De boete is dus terecht opgelegd.
De kantonrechter ziet in wat betrokkene heeft aangevoerd ook geen reden om de boete te matigen.
Het beroep wordt daarom ongegrond verklaard. Gelet hierop is er geen aanleiding voor het toekennen van een proceskostenvergoeding.

Beslissing

De kantonrechter:
- verklaart het beroep ongegrond;
- wijst het verzoek om proceskostenvergoeding af.
Deze uitspraak is gedaan door mr. M.A.V. van Aardenne, kantonrechter, bijgestaan door de griffier C.G. Zevenhuijzen, en in het openbaar uitgesproken op 14 mei 2025.
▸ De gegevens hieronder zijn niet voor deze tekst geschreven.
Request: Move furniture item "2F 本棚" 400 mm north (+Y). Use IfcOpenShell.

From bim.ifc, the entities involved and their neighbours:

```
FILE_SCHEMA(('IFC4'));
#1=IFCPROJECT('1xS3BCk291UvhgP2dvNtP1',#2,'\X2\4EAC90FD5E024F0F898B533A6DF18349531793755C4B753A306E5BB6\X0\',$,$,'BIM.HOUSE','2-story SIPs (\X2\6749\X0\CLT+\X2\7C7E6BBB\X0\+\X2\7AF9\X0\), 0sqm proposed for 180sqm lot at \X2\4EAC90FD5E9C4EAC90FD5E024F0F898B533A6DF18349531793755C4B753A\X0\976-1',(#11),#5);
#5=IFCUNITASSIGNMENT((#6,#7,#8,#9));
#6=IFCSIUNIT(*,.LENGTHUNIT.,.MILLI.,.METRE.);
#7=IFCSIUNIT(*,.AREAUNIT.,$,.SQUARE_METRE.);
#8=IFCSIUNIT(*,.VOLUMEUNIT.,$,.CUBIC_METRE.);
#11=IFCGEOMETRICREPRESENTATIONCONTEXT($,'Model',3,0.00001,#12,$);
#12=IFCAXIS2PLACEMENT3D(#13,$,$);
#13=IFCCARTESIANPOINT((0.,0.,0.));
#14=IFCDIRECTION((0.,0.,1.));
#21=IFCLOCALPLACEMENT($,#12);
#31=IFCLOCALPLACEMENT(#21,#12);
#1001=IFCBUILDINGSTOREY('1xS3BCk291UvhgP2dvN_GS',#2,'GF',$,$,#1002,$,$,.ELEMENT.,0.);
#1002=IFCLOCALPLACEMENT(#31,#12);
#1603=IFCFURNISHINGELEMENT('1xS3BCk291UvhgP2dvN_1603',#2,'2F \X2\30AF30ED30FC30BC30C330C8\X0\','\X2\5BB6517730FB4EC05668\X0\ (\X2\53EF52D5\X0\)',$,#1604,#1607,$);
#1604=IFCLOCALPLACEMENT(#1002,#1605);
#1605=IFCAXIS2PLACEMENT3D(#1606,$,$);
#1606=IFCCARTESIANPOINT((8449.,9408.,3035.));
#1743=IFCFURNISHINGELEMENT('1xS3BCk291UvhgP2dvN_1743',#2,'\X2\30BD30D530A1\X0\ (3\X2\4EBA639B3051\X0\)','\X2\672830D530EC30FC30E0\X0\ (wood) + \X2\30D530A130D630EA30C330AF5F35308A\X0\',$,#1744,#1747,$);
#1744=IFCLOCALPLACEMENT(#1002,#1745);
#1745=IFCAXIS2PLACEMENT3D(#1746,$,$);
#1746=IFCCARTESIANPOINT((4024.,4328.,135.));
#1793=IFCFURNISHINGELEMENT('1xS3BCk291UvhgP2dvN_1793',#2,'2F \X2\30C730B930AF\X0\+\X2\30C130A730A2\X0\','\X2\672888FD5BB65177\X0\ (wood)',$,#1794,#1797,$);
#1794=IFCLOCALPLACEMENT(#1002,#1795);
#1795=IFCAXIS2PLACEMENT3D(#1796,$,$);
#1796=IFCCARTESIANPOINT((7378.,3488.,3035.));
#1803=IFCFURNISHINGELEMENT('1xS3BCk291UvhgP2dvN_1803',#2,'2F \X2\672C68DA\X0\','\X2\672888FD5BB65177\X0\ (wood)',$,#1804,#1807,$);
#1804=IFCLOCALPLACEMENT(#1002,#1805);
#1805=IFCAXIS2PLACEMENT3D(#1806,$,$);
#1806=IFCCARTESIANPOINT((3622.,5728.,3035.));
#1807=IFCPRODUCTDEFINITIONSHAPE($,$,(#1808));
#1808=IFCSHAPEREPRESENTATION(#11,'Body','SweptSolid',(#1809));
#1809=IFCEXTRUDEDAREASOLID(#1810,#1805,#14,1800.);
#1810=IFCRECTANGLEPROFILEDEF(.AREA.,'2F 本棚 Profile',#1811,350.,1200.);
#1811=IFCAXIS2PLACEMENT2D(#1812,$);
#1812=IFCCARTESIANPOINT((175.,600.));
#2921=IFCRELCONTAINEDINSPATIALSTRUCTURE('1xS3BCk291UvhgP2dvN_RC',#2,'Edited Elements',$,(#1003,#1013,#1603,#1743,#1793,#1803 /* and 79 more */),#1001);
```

```python
import ifcopenshell
import ifcopenshell.api.geometry
import ifcopenshell.util.placement
import ifcopenshell.util.unit

model = ifcopenshell.open("bim.ifc")
unit_scale = ifcopenshell.util.unit.calculate_unit_scale(model)

item = model.by_id(1803)
matrix = ifcopenshell.util.placement.get_local_placement(item.ObjectPlacement)
matrix[1, 3] += 0.4 / unit_scale
ifcopenshell.api.geometry.edit_object_placement(model, product=item, matrix=matrix, is_si=False)

print(ifcopenshell.util.placement.get_local_placement(item.ObjectPlacement).round(3) + 0.0)

model.write("bim_updated.ifc")
```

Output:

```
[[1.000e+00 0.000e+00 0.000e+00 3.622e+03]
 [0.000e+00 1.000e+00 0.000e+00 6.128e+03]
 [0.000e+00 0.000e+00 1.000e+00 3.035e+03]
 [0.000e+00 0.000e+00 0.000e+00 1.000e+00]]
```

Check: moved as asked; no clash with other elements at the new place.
Als u het niet eens bent met deze beslissing, dan kunt u binnen 6 weken na de hieronder vermelde datum van verzending van deze beslissing hoger beroep instellen bij het gerechtshof Arnhem-Leeuwarden, maar alleen als:
de boete meer dan € 110,00 bedraagt, of
uw beroep niet-ontvankelijk is verklaard omdat u niet of niet op tijd zekerheid heeft gesteld.
Het beroepschrift moet worden ingediend bij Rechtbank Zeeland-West-Brabant, Team strafrecht, Postbus 67, 4330 AB Middelburg. Het beroepschrift moet zijn ondertekend door degene die beroep heeft ingesteld of door de gemachtigde.
U dient daarbij het zaaknummer te vermelden.
De procedure bij het gerechtshof verloopt geheel schriftelijk, tenzij u in het beroepschrift uitdrukkelijk vraagt om een zitting waarop u uw standpunt mondeling wilt toelichten.